→ Exercise goal
Your answer should be each line of the entries that contains the word "IFCDIRECTION", copied in full.
======== Dataset content ========
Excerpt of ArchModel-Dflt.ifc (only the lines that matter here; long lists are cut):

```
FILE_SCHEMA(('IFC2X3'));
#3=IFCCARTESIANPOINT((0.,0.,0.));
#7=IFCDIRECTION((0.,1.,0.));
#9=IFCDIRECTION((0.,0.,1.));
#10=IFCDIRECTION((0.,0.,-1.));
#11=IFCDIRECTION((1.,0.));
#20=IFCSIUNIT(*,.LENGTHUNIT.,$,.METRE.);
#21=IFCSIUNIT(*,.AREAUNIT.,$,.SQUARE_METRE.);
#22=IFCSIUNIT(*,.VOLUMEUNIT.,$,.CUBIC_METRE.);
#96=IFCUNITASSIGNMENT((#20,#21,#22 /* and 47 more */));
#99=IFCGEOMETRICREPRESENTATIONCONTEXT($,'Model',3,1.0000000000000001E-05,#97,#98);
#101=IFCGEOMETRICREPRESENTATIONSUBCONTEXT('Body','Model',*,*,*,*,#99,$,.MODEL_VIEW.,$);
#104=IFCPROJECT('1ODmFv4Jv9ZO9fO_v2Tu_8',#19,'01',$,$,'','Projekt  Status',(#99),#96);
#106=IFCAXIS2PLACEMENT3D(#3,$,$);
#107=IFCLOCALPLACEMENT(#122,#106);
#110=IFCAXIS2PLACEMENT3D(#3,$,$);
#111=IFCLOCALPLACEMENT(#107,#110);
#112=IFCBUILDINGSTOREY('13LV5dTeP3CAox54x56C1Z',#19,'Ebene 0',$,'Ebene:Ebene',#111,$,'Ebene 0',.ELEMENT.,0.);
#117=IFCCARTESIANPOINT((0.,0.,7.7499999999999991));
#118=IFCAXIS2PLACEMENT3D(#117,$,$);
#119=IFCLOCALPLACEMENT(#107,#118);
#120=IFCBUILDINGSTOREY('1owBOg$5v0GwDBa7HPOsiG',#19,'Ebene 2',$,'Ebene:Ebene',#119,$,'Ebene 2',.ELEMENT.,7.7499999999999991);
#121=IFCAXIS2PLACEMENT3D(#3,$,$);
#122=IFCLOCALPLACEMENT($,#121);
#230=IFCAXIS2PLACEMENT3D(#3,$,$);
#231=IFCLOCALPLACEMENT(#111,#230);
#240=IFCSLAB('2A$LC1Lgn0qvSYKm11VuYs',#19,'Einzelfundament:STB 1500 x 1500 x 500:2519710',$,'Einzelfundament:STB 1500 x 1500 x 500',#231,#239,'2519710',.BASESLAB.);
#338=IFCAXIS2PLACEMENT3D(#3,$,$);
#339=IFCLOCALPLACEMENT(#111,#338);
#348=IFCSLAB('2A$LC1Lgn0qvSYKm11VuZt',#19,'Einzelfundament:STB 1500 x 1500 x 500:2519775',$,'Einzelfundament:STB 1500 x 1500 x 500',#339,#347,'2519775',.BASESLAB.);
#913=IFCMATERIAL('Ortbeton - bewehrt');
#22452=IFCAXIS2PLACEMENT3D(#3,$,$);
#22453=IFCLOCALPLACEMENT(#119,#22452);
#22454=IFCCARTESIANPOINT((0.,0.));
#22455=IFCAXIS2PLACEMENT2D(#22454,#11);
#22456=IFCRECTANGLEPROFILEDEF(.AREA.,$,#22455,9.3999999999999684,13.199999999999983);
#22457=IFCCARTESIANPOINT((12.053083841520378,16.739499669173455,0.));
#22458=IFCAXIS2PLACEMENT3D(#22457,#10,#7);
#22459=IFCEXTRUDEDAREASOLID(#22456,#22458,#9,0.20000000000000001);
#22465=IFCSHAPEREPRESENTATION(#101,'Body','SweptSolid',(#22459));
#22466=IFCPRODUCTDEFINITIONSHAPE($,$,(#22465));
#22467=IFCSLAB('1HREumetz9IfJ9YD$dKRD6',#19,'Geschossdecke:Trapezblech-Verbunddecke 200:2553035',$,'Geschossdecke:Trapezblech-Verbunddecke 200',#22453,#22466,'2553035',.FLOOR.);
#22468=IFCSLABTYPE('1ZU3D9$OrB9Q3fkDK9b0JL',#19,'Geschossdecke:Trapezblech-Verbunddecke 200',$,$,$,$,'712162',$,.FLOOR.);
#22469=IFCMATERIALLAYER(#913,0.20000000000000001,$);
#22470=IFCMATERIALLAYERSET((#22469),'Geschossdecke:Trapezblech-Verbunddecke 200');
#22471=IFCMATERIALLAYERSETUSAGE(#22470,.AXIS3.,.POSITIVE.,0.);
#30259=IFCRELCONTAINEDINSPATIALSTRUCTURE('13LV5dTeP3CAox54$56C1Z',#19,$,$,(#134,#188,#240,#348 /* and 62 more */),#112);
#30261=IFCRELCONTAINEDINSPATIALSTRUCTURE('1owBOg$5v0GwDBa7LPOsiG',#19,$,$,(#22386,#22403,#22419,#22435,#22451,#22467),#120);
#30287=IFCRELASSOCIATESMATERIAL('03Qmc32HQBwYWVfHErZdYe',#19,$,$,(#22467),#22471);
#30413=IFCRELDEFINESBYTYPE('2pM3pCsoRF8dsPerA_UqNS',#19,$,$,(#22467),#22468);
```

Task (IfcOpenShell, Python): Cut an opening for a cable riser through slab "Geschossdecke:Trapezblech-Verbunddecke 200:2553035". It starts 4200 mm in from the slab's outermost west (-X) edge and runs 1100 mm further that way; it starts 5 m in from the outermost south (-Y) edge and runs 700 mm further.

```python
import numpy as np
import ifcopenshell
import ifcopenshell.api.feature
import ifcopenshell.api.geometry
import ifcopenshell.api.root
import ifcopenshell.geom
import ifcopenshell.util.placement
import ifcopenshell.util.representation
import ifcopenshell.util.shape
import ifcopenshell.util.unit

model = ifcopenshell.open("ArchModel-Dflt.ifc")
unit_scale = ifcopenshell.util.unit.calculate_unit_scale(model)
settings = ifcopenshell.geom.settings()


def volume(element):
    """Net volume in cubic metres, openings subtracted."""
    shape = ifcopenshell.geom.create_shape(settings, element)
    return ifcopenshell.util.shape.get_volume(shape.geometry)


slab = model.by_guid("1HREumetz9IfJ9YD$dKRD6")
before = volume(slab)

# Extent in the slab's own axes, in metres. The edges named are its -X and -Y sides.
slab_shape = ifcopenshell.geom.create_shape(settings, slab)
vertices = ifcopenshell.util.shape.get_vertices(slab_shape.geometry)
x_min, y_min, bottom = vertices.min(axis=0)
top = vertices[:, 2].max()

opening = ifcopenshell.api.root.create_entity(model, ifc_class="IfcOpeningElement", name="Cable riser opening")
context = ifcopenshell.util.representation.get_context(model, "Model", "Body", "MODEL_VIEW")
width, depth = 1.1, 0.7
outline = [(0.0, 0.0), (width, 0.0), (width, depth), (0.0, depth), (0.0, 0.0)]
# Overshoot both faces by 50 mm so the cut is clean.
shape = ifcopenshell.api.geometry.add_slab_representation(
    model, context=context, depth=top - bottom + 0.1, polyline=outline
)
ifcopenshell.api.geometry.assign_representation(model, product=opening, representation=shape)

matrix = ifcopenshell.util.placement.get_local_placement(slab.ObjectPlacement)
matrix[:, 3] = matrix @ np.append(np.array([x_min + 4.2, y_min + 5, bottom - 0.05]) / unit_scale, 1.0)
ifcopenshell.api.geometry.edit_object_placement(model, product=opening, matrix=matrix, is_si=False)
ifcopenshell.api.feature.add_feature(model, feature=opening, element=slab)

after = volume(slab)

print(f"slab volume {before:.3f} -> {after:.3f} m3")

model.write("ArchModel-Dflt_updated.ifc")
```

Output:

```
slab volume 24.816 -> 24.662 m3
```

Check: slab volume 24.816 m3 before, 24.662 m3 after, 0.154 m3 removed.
========
→ Solution for this task
#7=IFCDIRECTION((0.,1.,0.));
#9=IFCDIRECTION((0.,0.,1.));
#10=IFCDIRECTION((0.,0.,-1.));
#11=IFCDIRECTION((1.,0.));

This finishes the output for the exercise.